Devant la lassitude de certains de n'interagir qu'avec des icônes et des zones de texte et des boutons, certaines cyberbibliothèques proposeront la convivialité d'une navigation en 3D. Les avatars de bibliothécaires seront de plus en plus fouillés, ils ne ressembleront plus aux premières générations dignes de l'anthropomorphie d'Archimboldo (voir ci- dessous).
 Le bibliothécaire - Arcimboldo (c) 1995 François Almaleh
Certains internautes proposeront leurs MySpace livres, mélanges de partages de livres d'autres et de livres écrits par soi, parfois sans distinction. Les bibliothèques de Second Life² seront en lien direct avec les stocks numérisés de la Bibliothèque du Congrès Américain. Et dans les livres des auteurs modernes un outil très pratique permettra de créer automatiquement un hyperlien vers les oeuvres nommément citées ou évoquées par le biais d'une citation.

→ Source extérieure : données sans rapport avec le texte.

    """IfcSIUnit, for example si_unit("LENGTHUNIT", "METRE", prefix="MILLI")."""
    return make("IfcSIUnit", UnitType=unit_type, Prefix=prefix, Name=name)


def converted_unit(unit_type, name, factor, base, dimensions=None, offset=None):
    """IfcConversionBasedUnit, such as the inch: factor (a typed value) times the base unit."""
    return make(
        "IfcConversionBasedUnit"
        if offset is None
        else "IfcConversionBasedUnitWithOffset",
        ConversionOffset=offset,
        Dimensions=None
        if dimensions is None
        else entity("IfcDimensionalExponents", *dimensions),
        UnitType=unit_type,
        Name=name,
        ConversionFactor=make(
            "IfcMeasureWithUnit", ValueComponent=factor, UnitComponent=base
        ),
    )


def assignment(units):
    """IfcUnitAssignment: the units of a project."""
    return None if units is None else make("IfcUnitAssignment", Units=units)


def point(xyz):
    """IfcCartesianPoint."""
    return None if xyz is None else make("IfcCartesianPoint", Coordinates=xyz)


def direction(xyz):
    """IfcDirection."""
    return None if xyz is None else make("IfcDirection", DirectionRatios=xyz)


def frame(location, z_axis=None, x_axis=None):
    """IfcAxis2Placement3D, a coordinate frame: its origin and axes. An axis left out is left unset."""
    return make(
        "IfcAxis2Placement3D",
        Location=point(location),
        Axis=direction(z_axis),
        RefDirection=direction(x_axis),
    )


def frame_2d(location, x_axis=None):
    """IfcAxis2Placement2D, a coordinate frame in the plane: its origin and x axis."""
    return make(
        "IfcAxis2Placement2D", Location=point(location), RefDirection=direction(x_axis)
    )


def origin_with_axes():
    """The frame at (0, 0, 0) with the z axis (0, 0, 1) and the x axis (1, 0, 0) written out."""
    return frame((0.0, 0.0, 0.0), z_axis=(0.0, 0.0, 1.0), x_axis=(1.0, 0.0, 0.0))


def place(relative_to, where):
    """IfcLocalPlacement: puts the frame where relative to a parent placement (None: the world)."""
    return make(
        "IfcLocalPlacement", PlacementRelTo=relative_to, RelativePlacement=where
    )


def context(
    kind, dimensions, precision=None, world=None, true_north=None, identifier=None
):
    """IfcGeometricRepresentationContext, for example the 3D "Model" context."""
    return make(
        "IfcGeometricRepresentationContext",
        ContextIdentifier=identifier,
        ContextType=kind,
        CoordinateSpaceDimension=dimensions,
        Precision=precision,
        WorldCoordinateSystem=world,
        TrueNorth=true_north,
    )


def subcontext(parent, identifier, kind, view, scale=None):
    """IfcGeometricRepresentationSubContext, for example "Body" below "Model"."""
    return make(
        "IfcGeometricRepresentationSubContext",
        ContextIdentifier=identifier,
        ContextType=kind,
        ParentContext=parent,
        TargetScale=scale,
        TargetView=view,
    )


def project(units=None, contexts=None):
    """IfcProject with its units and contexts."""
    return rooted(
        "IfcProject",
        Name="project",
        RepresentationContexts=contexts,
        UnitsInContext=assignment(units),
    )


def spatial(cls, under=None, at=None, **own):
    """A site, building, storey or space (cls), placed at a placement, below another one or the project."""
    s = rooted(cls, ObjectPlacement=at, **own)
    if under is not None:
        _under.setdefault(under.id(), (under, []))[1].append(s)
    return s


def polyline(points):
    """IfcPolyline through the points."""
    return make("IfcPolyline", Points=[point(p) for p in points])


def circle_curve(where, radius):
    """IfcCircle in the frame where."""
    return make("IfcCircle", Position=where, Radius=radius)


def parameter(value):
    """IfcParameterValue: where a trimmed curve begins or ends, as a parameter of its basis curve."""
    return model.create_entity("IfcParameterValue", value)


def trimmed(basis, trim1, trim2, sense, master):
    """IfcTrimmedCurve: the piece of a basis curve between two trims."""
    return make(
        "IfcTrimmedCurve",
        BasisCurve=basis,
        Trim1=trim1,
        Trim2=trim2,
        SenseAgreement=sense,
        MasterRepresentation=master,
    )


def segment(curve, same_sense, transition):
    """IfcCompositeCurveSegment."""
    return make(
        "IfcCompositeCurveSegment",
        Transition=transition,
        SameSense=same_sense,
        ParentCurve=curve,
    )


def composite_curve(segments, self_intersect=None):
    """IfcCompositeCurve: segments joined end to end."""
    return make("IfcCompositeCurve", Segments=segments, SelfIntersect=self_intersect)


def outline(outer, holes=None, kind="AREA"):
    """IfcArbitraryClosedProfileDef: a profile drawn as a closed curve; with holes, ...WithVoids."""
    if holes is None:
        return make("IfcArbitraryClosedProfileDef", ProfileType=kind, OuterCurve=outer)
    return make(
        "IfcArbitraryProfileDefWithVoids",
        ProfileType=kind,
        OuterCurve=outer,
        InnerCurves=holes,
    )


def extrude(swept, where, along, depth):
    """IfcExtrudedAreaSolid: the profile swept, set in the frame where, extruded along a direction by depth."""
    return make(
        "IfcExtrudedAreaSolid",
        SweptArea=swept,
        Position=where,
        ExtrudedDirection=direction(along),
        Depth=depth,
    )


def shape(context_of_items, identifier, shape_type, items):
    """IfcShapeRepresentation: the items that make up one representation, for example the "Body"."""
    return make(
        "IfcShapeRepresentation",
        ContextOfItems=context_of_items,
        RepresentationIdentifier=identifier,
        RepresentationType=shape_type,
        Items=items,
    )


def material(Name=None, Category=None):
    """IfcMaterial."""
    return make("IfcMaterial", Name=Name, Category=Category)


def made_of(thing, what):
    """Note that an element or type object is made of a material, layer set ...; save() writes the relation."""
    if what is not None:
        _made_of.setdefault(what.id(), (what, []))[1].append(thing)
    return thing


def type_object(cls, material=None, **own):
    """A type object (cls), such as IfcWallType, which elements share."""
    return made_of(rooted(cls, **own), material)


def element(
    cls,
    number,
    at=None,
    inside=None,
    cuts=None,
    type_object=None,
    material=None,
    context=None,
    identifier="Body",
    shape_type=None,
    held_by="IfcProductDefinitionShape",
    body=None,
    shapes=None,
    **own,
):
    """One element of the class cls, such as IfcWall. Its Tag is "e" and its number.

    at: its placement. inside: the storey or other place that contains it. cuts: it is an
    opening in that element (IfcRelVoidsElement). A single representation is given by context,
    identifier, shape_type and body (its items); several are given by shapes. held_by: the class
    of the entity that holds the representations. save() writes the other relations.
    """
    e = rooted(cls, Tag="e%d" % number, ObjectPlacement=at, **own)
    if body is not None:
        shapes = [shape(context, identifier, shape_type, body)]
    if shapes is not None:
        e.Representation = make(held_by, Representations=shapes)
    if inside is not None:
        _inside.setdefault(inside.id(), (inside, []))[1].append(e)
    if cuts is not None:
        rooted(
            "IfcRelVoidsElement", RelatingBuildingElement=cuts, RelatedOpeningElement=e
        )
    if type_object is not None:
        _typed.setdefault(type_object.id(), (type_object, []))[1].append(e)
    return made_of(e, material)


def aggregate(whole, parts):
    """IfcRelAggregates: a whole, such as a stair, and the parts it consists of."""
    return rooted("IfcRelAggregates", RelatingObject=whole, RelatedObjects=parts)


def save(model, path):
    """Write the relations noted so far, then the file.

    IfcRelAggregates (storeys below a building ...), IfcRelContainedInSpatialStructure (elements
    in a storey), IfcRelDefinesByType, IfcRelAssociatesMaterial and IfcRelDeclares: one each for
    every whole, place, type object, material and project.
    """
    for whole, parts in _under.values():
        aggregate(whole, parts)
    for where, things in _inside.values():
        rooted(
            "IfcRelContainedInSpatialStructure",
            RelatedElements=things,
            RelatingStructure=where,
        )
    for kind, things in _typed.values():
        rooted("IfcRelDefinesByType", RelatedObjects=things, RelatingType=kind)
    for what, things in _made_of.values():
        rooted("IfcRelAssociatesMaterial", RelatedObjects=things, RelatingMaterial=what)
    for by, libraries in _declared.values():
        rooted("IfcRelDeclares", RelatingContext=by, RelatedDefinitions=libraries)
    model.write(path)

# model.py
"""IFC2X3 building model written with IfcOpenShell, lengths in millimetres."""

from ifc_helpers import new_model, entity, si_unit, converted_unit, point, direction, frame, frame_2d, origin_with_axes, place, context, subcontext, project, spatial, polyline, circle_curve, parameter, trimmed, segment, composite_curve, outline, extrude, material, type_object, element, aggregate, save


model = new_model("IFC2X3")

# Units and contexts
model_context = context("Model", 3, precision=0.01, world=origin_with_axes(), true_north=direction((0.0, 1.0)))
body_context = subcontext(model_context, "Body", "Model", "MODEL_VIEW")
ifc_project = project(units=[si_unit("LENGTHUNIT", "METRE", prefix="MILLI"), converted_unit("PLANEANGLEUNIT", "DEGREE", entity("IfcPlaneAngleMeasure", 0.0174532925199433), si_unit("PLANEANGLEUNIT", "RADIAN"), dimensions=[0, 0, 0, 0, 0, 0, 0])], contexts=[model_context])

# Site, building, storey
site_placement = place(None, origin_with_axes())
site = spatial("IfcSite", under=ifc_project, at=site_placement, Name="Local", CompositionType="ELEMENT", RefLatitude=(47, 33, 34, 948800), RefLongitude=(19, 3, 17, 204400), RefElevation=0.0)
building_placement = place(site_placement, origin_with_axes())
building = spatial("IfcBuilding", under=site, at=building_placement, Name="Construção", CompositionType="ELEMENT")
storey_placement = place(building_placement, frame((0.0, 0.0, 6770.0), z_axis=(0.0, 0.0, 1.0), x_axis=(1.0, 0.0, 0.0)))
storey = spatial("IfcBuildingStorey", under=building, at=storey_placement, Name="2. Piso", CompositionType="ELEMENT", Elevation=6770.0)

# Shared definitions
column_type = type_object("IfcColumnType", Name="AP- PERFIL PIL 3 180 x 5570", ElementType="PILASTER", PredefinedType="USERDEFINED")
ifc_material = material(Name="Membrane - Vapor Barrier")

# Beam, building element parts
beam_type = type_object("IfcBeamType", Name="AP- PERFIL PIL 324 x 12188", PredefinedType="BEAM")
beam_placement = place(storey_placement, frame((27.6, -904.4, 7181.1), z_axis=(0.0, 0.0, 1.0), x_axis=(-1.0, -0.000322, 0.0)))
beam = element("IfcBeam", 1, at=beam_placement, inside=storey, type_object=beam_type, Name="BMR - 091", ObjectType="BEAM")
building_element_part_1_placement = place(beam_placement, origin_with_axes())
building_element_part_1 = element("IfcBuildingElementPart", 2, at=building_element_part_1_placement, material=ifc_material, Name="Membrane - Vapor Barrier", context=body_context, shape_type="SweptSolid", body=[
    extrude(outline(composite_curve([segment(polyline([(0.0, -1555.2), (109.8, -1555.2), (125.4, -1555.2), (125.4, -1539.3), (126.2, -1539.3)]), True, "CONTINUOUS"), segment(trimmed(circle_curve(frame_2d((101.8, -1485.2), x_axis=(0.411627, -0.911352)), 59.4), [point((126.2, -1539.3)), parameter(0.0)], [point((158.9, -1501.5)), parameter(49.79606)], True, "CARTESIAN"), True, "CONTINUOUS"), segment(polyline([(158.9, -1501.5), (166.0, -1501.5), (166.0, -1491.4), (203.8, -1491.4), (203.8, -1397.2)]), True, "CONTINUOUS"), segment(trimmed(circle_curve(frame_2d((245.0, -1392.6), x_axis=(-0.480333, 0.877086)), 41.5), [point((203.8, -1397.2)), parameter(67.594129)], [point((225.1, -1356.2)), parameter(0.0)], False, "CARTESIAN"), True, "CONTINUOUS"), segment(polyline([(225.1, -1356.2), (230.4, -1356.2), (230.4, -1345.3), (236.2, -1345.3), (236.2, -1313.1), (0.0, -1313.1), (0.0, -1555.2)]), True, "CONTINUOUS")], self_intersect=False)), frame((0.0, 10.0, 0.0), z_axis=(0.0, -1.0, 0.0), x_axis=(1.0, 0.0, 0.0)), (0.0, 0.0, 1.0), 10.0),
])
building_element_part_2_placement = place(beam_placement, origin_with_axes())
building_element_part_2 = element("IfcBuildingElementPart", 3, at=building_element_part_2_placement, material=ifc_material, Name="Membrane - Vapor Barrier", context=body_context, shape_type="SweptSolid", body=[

Certains faux-monnayeurs, Gide ou Robbe-Grillet du XXI° siècle, retrourneront le palimpseste en faisant visiter une bibliothèque dont l'histoire, le fond et les extraits disponibles créent une oeuvre de pure fiction où le lecteur perd la limite entre l'écriture d'une aventure et l'aventure d'une écriture.
Les Reptiles de MC Escher
Je dois le reconnaître, il y a dans les boulversements dus à la bibliothèque numérique des aspects très séduisants. Mais alors que le naturel n'en finit pas de revenir au galop, l'incroyable densité du réel, les belles difficultés des introuvables et des recherches limitées par un fond rendent la présence de bibliothèques matérielles nécessaires. Que de découvertes n'auraient pas eu lieu si tout le monde avait trouvé d'emblée l'information recherchée ! Pas de Colomb en Amérique, pas de 100 jours de Napoléon, pas de pasteurisation, pas de radiographie des poumons ! Pas de curiosité possible, pas d'envie ou de désir de savoir.